Para ahli juga menyayangkan kebijakan relaksasi PSBB. Dewan Pakar Ikatan Ahli Kesehatan Masyarakat Indonesia (IAKMI) Hermawan Saputra memprediksi relaksasi bisa memicu terjadinya gelombang kedua dan ketiga penyebaran Covid-19. Dari data korban Covid-19, menunjukkan gelombang pertama penyebaran Covid-19 belum bisa diselesaikan dengan baik. Apalagi jika terjadi gelombang kedua atau ketiga. Karena pada prinsipnya relaksasi ini variabelnya sangat dinamis. Dan jika orang dibiarkan terbuka, maka harus siap-siap menyebut tahun ini dengan istilah die year with Covid-19. (Merdeka.com, 17/05/2020)
Tagar “Indonesia Terserah” juga dianggap sebagai bentuk kekecewaan masyarakat akan kebijakan pemerintah yang plin-plan dan penuh ambigu. Disatu sisi ada pemberlakuan PSBB, tapi disisi lain kebijakan pembukaan kembali moda transportasi umum juga dilaksanakan. Belum lagi gerakan kurva landai yang berusaha mengaburkan banyaknya korban Covid-19.
Pakar epidemiologi Universitas Indonesia, dr.Pandu Riono, menilai kebijakan Menteri Perhubungan (Menhub) Budi Karya Sumadi membuka kembali moda transportasi umum untuk penumpang berpotensi memicu penyebaran kasus Covid-19. Yang dikhawatirkan, menurut Pandu, sebagian daerah tujuan mudik ini memiliki fasilitas kesehatan maupun sarana penanganan Covid-19 yang terbatas. Akibatnya bisa saja pasien terlambat mendapat penanganan, dan berakibat fatal. Selain itu, pergerakan orang akan menyebabkan penyebaran Covid-19 gelombang kedua. Orang-orang dari zona merah seperti DKI Jakarta dan daerah lain di Pulau Jawa akan membawa virus ini ke daerah tujuan mudik. Kemudian waktu arus mudik balik, DKI Jakarta yang sudah turun kasusnya berpotensi naik kembali. (Beritasatu, 10/05/2020)

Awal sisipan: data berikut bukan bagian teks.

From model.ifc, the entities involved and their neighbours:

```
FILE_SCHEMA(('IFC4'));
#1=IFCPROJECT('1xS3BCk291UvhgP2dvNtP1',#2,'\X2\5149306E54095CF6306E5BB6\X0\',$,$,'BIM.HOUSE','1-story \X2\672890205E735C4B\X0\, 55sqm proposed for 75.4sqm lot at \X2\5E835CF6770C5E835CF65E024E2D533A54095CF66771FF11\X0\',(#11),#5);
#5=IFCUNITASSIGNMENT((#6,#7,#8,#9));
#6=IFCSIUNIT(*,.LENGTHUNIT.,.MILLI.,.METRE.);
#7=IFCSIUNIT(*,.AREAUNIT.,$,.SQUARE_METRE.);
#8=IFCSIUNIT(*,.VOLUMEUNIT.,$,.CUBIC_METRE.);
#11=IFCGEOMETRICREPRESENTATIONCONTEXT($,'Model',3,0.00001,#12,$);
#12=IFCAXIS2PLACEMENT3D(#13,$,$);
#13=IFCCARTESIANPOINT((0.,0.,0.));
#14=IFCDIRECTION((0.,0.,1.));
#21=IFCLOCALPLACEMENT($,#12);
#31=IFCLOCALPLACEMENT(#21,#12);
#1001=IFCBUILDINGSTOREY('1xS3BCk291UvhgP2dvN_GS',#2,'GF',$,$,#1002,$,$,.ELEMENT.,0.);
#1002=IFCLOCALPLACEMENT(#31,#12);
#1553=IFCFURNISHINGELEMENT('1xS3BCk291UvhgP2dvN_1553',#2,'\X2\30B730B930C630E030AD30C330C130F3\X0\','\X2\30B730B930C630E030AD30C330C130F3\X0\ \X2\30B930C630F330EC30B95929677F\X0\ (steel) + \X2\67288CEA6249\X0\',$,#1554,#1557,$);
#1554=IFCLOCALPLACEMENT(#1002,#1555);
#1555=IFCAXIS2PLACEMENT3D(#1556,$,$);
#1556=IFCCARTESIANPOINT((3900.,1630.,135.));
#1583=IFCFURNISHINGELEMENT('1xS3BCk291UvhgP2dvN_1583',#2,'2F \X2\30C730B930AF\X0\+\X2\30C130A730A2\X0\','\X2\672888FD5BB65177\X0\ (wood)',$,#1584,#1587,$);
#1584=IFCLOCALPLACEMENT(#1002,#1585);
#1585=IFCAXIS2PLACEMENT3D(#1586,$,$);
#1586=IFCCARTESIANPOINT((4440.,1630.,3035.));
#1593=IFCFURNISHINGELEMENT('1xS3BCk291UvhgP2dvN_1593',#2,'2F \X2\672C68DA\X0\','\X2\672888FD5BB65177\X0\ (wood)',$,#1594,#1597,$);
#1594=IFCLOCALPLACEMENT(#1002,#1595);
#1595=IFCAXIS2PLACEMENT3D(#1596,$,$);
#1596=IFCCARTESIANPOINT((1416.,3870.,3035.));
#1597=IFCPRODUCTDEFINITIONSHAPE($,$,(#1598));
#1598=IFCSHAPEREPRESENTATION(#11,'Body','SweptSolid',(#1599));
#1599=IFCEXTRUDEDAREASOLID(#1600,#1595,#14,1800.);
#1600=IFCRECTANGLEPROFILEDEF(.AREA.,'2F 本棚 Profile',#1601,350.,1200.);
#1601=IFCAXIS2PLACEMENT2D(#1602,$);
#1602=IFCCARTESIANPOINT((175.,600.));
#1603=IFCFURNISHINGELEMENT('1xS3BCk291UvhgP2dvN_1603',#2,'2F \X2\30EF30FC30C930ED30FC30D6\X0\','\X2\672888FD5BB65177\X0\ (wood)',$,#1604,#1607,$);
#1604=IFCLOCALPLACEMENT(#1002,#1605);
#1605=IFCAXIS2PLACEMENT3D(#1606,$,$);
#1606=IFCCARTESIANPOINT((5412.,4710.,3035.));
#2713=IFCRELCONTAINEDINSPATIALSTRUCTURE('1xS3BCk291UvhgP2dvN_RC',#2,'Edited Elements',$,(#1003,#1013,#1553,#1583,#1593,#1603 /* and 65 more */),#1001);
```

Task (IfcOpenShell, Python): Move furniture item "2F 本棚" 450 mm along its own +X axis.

```python
import ifcopenshell
import ifcopenshell.api.geometry
import ifcopenshell.util.placement
import ifcopenshell.util.unit

model = ifcopenshell.open("model.ifc")
unit_scale = ifcopenshell.util.unit.calculate_unit_scale(model)

item = model.by_id(1593)
matrix = ifcopenshell.util.placement.get_local_placement(item.ObjectPlacement)
matrix[:3, 3] += matrix[:3, 0] * 0.45 / unit_scale
ifcopenshell.api.geometry.edit_object_placement(model, product=item, matrix=matrix, is_si=False)

print(ifcopenshell.util.placement.get_local_placement(item.ObjectPlacement).round(3) + 0.0)

model.write("model_v2.ifc")
```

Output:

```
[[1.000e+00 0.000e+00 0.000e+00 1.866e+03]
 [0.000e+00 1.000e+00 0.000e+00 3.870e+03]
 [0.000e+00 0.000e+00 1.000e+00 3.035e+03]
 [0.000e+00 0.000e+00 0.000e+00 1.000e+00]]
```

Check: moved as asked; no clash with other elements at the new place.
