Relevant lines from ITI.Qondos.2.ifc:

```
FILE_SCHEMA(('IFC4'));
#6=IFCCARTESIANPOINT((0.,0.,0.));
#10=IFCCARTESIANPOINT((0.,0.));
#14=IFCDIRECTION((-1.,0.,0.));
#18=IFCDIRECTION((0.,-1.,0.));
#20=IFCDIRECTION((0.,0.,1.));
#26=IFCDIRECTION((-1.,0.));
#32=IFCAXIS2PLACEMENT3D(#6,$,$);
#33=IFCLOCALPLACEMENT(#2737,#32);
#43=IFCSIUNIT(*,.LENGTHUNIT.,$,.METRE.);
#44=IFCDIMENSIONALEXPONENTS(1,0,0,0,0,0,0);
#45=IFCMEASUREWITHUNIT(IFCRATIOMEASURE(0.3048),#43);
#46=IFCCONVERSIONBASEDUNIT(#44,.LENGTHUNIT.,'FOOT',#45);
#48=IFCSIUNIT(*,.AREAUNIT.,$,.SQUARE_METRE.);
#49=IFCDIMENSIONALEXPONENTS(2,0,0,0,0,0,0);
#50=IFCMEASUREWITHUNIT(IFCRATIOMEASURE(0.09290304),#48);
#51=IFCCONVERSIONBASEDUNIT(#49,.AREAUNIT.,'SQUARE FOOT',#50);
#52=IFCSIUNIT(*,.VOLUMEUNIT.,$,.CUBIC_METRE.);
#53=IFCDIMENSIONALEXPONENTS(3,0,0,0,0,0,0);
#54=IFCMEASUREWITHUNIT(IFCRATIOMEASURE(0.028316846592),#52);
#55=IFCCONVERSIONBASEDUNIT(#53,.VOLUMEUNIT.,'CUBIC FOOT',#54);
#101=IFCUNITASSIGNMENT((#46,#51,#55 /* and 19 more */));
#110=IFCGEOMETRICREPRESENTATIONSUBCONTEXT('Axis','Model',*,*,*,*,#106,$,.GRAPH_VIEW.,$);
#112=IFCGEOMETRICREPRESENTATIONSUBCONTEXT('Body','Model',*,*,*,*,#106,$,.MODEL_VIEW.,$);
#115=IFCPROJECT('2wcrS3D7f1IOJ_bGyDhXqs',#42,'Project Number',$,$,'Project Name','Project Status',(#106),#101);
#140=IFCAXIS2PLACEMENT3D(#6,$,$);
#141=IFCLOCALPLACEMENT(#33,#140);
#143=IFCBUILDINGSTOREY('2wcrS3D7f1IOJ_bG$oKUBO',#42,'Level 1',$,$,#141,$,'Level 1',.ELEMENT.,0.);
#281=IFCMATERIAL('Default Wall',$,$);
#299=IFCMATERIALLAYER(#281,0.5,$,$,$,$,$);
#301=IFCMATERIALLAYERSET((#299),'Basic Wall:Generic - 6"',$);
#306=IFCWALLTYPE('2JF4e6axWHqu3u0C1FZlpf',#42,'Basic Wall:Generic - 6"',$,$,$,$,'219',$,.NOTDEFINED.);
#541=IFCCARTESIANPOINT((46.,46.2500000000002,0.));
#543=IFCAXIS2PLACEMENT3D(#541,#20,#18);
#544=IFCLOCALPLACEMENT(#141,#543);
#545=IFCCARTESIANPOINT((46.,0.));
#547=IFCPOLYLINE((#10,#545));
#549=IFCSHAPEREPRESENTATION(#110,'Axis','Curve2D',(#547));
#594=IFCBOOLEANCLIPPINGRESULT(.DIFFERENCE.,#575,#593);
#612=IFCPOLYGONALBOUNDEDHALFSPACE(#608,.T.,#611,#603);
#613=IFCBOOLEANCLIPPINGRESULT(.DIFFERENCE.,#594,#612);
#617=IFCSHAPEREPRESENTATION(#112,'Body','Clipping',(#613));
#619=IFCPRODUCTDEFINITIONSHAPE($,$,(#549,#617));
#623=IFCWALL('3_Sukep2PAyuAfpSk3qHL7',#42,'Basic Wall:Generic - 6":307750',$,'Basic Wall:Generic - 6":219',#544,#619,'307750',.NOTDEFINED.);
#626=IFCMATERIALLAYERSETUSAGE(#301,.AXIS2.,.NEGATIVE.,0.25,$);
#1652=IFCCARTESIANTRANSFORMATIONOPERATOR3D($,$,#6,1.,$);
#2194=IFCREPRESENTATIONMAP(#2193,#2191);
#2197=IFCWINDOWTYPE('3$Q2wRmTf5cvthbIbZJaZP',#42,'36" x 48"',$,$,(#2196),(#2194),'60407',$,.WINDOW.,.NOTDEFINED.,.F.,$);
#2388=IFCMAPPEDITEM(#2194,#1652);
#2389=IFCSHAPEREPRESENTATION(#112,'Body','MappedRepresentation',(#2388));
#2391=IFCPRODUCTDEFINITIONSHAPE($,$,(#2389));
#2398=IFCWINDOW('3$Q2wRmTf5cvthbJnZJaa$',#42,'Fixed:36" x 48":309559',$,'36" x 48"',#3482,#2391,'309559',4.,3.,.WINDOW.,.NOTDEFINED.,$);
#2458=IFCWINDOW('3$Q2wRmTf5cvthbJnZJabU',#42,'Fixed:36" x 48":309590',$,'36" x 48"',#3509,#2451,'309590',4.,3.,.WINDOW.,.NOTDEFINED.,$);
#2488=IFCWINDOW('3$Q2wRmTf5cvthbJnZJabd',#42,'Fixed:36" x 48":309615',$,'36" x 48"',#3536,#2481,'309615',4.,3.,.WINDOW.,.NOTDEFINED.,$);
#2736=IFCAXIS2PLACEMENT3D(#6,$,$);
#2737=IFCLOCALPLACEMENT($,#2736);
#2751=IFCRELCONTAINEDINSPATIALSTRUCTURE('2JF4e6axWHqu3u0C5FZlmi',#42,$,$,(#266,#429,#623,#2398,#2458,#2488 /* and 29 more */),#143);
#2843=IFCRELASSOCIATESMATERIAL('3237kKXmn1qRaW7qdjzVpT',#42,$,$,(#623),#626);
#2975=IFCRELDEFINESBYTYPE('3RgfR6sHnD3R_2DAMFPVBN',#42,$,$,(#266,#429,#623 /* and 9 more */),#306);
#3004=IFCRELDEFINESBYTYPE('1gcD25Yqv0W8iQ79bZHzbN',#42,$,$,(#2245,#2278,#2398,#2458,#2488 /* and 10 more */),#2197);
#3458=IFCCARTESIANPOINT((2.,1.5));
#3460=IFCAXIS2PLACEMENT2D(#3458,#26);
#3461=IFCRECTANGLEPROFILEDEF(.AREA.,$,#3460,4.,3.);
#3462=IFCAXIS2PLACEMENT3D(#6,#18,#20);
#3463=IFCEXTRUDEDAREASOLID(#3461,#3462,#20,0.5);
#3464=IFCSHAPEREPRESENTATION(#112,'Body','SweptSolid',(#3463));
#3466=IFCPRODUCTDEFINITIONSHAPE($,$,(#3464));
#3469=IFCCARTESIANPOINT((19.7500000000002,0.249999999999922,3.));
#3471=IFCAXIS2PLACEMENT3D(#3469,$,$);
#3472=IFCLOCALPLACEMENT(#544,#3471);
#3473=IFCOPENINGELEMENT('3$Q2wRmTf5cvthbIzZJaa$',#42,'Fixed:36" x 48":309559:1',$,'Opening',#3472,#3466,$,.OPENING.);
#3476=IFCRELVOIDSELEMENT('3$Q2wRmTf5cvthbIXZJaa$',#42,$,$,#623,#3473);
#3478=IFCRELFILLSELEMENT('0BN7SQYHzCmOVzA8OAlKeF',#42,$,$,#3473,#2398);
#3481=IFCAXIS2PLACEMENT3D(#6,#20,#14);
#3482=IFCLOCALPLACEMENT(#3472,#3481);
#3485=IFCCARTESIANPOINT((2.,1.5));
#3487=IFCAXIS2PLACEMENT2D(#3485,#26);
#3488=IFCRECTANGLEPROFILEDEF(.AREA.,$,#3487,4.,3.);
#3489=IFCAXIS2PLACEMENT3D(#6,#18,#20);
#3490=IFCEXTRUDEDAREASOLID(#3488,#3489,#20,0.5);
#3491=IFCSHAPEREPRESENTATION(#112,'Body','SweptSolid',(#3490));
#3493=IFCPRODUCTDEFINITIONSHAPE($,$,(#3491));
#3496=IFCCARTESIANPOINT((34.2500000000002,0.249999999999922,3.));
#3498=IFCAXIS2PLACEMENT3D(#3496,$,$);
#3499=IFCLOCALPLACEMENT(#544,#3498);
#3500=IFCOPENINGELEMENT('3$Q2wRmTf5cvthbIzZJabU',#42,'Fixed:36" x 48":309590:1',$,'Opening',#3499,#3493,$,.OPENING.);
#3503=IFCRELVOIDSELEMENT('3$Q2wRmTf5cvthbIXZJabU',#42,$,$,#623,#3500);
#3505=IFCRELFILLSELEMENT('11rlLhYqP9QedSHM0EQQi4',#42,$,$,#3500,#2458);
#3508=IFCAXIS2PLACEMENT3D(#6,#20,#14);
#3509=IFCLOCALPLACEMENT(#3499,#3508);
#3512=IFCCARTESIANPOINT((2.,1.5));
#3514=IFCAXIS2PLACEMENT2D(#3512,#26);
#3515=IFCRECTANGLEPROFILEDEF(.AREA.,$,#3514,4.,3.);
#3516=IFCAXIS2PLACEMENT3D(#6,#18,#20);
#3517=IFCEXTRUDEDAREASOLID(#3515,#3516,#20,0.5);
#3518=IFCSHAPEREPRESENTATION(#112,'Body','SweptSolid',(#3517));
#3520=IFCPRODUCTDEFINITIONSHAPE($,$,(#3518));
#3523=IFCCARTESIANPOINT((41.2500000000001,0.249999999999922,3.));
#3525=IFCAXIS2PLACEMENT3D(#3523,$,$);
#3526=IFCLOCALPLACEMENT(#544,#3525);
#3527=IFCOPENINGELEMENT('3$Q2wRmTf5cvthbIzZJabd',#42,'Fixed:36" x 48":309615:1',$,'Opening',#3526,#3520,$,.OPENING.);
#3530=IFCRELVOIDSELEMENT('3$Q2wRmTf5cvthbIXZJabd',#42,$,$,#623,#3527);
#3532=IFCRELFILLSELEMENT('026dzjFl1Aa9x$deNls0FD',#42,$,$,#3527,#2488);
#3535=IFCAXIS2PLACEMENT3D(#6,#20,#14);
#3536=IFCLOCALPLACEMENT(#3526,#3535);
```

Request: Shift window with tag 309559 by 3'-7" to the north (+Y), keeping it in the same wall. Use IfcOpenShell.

```python
import ifcopenshell
import ifcopenshell.api.geometry
import ifcopenshell.util.placement
import ifcopenshell.util.unit

model = ifcopenshell.open("ITI.Qondos.2.ifc")
unit_scale = ifcopenshell.util.unit.calculate_unit_scale(model)

window = model.by_guid("3$Q2wRmTf5cvthbJnZJaa$")
opening = window.FillsVoids[0].RelatingOpeningElement
wall = opening.VoidsElements[0].RelatingBuildingElement

wall_matrix = ifcopenshell.util.placement.get_local_placement(wall.ObjectPlacement)
shift = wall_matrix[:3, 0] * -43 * 0.0254 / unit_scale
before = ifcopenshell.util.placement.get_local_placement(window.ObjectPlacement)[:3, 3].copy()

# The window is placed relative to its opening, so it follows when the opening moves.
matrix = ifcopenshell.util.placement.get_local_placement(opening.ObjectPlacement)
matrix[:3, 3] += shift
ifcopenshell.api.geometry.edit_object_placement(
    model, product=opening, matrix=matrix, is_si=False, should_transform_children=True
)

after = ifcopenshell.util.placement.get_local_placement(window.ObjectPlacement)[:3, 3]
print("window moved by", (after - before).round(3) + 0.0)

model.write("ITI.Qondos.2-out.ifc")
```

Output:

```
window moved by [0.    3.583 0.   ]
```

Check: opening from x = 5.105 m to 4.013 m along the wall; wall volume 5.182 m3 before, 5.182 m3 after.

Wakil Ketua Umum Majelis Ulama Indonesia (MUI) Muhyiddin Junaidi juga menilai viralnya tagar ‘Indonesia Terserah’ di jagat maya lantaran banyak elemen masyarakat yang kecewa terhadap kebijakan yang diambil pemerintah. Dia mengingatkan, akan fatal bila kebijakan yang plin-plan terus berlanjut. Semua elemen masyarakat kecewa dengan kebijakan ambigu pemerintah dan kelambanan bertindak dalam memutus mata rantai penyebaran Covid-19. Adalah kesalahan fatal jika kebijakan plin-plan dan kontradiktif terus dipertahankan. (republika.co.id, 17/05/2020)
Sistem kapitalisme yang diemban negeri ini dengan kebijakannya yang plin-plan adalah sebuah kewajaran. Karena sistem ini adalah buatan manusia yang tak pernah merasa puas, sehingga merubah aturan sesuai hawa nafsu semata. Dan yang lebih parah lagi, sistem ini juga menganut ekonomi neo-liberal yang memandang dan menyelesaikan permasalahan ekonomi berdasar pesanan asing dan aseng. Tanpa memperdulikan keadaan rakyat yang kian sekarat. Dengan alasan ekonomi, moda transportasi umum dibuka, tapi ancaman Covid-19 tak dihiraukan.
Sistem kapitalis memang sangat berbeda dengan sistem Islam. Dalam Islam seorang pemimpin adalah perisai. Menjadi pelindung sekaligus pengayom bagi rakyatnya. Rasulullah bersabda, “Sesungguhnya seorang imam (pemimpin) adalah perisai, orang-orang berperang dari belakangnya dan menjadikannya pelindung, maka jika ia memerintahkan ketakwaan kepada Allah ‘azza wa jalla dan berlaku adil, baginya terdapat pahala dan jika ia memerintahkan yang selainnya maka ia harus bertanggungjawab atasnya.” (HR. al-Bukhari, Muslim, an-Nasai dan Ahmad).
Pemimpin harus mengutamakan nyawa rakyat diatas segalanya. Bukan mementingkan kepentingan korporasi dan kroni-kroni. Karena Islam mengajarkan sebuah negara haruslah menjadi negara yang mandiri. Segala kebijakan adalah disesuaikan dengan hukum syara’ yang bersumber dari Sang Pencipta, bukan dari manusia yang terbatas dan lemah. Wallahu’alam bishowab.